Don’t backfill 14 days of fan-out events. Their feed cache is cold and stale. Generate fresh on first open from Cassandra. Accept that the first load is slightly slower.

User unfollows someone mid-request:
Eventual consistency means you might briefly surface one post from an unfollowed account. Don’t try to prevent this at the storage layer — the complexity isn’t worth it. Filter at the display layer if it’s a concern.

Deleted post in cached feed:
Store is_deleted flag. Check at serve time. Never serve deleted content from cache regardless of what the feed list says.

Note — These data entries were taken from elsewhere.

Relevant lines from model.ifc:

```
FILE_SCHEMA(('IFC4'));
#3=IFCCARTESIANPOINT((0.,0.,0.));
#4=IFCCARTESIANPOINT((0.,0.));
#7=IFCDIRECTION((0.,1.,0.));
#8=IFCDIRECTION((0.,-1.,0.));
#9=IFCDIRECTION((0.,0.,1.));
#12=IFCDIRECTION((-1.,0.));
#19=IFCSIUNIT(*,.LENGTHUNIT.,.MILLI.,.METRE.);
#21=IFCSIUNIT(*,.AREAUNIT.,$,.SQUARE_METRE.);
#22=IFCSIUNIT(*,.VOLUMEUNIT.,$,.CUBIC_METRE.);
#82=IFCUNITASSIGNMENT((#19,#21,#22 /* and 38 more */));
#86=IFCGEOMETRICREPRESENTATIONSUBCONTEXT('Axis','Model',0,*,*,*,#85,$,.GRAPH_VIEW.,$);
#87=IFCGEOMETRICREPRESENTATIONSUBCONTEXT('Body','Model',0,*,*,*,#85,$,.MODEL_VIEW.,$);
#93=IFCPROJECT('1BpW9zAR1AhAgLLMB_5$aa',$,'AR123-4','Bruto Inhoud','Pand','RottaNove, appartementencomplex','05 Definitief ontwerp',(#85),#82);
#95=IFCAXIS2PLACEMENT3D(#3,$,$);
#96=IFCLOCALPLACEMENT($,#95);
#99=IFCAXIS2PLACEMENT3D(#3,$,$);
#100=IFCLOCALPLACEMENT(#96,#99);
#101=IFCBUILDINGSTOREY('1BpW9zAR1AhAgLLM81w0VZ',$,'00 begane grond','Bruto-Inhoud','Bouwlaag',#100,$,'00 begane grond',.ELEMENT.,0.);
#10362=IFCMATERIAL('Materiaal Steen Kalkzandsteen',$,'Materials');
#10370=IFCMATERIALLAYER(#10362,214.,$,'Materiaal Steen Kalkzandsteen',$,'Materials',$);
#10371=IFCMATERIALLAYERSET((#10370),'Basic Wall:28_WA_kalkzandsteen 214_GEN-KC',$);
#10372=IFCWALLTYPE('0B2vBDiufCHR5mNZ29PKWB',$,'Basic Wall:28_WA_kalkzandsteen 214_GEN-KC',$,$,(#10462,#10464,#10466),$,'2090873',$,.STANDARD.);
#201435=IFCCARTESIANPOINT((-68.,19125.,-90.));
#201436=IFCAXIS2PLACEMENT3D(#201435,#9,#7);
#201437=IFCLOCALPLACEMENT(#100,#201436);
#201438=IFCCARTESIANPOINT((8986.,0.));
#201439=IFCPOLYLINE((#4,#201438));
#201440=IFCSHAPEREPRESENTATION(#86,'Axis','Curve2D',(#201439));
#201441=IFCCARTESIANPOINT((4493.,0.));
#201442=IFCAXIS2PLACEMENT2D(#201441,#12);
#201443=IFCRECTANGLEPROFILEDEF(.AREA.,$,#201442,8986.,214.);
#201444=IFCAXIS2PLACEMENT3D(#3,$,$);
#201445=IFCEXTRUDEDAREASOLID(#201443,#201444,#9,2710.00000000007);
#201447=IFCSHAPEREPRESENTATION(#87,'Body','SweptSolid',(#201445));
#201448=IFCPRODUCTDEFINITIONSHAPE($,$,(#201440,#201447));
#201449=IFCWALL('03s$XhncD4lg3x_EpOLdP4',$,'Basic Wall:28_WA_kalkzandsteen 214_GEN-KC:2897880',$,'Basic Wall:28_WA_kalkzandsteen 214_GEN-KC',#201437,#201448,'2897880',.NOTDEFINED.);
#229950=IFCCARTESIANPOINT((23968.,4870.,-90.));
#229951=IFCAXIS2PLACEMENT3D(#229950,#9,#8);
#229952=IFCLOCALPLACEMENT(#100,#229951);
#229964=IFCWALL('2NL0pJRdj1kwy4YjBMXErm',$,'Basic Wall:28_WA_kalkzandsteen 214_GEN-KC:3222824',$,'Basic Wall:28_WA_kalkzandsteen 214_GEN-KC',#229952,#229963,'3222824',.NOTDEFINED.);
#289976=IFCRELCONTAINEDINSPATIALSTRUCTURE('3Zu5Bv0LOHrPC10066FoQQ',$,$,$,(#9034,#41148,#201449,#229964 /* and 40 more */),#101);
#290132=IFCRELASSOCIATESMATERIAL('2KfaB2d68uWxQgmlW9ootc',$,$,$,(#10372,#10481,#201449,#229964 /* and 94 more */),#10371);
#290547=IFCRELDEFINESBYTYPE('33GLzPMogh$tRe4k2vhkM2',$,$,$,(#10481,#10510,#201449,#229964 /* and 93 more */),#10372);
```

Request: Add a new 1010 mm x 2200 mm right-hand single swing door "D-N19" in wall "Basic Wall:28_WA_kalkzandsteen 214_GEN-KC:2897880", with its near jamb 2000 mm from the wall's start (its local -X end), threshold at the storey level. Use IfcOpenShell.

```python
import numpy as np
import ifcopenshell
import ifcopenshell.api.feature
import ifcopenshell.api.geometry
import ifcopenshell.api.root
import ifcopenshell.api.spatial
import ifcopenshell.geom
import ifcopenshell.util.element
import ifcopenshell.util.placement
import ifcopenshell.util.representation
import ifcopenshell.util.shape
import ifcopenshell.util.unit

model = ifcopenshell.open("model.ifc")
unit_scale = ifcopenshell.util.unit.calculate_unit_scale(model)
settings = ifcopenshell.geom.settings()


def volume(element):
    """Net volume in cubic metres, openings subtracted."""
    shape = ifcopenshell.geom.create_shape(settings, element)
    return ifcopenshell.util.shape.get_volume(shape.geometry)


wall = model.by_id(201449)
storey = ifcopenshell.util.element.get_container(wall, ifc_class="IfcBuildingStorey")
context = ifcopenshell.util.representation.get_context(model, "Model", "Body", "MODEL_VIEW")
before = volume(wall)

width, height, from_end, sill = 1.01, 2.2, 2, 0.0  # metres

# The wall runs along its own X axis, and the end named is its -X end.
wall_shape = ifcopenshell.geom.create_shape(settings, wall)
x, y, z = ifcopenshell.util.shape.get_vertices(wall_shape.geometry).T
start = x.min() + from_end
face, thickness = float(y.min()), float(y.max() - y.min())
wall_matrix = ifcopenshell.util.placement.get_local_placement(wall.ObjectPlacement)
level = ifcopenshell.util.placement.get_local_placement(storey.ObjectPlacement)[2, 3]


def in_wall(x, y):
    """Placement at x, y metres in the wall's axes, at sill height."""
    matrix = wall_matrix.copy()
    matrix[:, 3] = wall_matrix @ np.array([x / unit_scale, y / unit_scale, 0.0, 1.0])
    matrix[2, 3] = level + sill / unit_scale
    return matrix


# Opening: a box that overshoots both wall faces by 50 mm.
opening = ifcopenshell.api.root.create_entity(model, ifc_class="IfcOpeningElement", predefined_type="OPENING")
box = ifcopenshell.api.geometry.add_wall_representation(
    model, context=context, length=width, height=height, thickness=thickness + 0.1
)
ifcopenshell.api.geometry.assign_representation(model, product=opening, representation=box)
ifcopenshell.api.geometry.edit_object_placement(model, product=opening, matrix=in_wall(start, face - 0.05), is_si=False)
ifcopenshell.api.feature.add_feature(model, feature=opening, element=wall)

door = ifcopenshell.api.root.create_entity(model, ifc_class="IfcDoor", name="D-N19", predefined_type="DOOR")
door.OverallWidth, door.OverallHeight = width / unit_scale, height / unit_scale
door.OperationType = "SINGLE_SWING_RIGHT"
body = ifcopenshell.api.geometry.add_door_representation(
    model,
    context=context,
    overall_width=door.OverallWidth,
    overall_height=door.OverallHeight,
    operation_type="SINGLE_SWING_RIGHT",
    lining_properties={"LiningDepth": thickness / unit_scale, "ThresholdDepth": thickness / unit_scale},
)
ifcopenshell.api.geometry.assign_representation(model, product=door, representation=body)
ifcopenshell.api.spatial.assign_container(model, products=[door], relating_structure=storey)
ifcopenshell.api.feature.add_filling(model, opening=opening, element=door)

# The lining spans the wall, so the door starts at the wall face.
ifcopenshell.api.geometry.edit_object_placement(model, product=door, matrix=in_wall(start, face), is_si=False)

after = volume(wall)

print(f"wall volume {before:.3f} -> {after:.3f} m3")

model.write("model_edited.ifc")
```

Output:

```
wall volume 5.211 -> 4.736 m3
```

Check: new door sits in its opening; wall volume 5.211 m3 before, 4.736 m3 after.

New user with zero followings (cold start):
Show explore/trending content until they follow enough accounts for a meaningful feed.

5. Component Deep Dive: Stories & Expiry {#stories}

Stories feel deceptively simple — post a photo, it disappears after 24 hours. The distributed expiry pipeline behind this is non-trivial.

The Storage Architecture

Story metadata  → PostgreSQL (story_id, user_id, expires_at, is_deleted)
Story TTL       → Redis SET (key: story:{user_id}, TTL: 24h)
Story media     → S3 (deleted async after expiry)
Story views     → Redis SET (key: viewed:{user_id}:{story_id}) + async counter

The Expiry Pipeline

Story uploaded → expires_at = NOW() + 24h written to Postgres
Redis key set with matching TTL
On Redis TTL expiry → Kafka story.expired event published
Kafka consumer: soft-delete in Postgres (is_deleted = true)
Kafka consumer: issue S3 delete for the media file
Kafka consumer: invalidate CDN cache for the media URL

The problem: What if the Kafka consumer is down when the TTL fires?

The fix: Reconciliation cron job running every 15 minutes:

SELECT story_id FROM stories
WHERE expires_at < NOW()
AND is_deleted = false;

Anything this finds is cleaned up. Eventual deletion — not real-time. Acceptable for stories.

Story Feed

When a user opens stories:

Fetch user IDs they follow from Postgres (or Redis cache)
For each, check if story:{user_id} key exists in Redis
Return story IDs sorted by recency
Mark viewed: SADD viewed:{viewer_id}:{story_id} in Redis (idempotent)
Increment view count async (avoid hot write on every view)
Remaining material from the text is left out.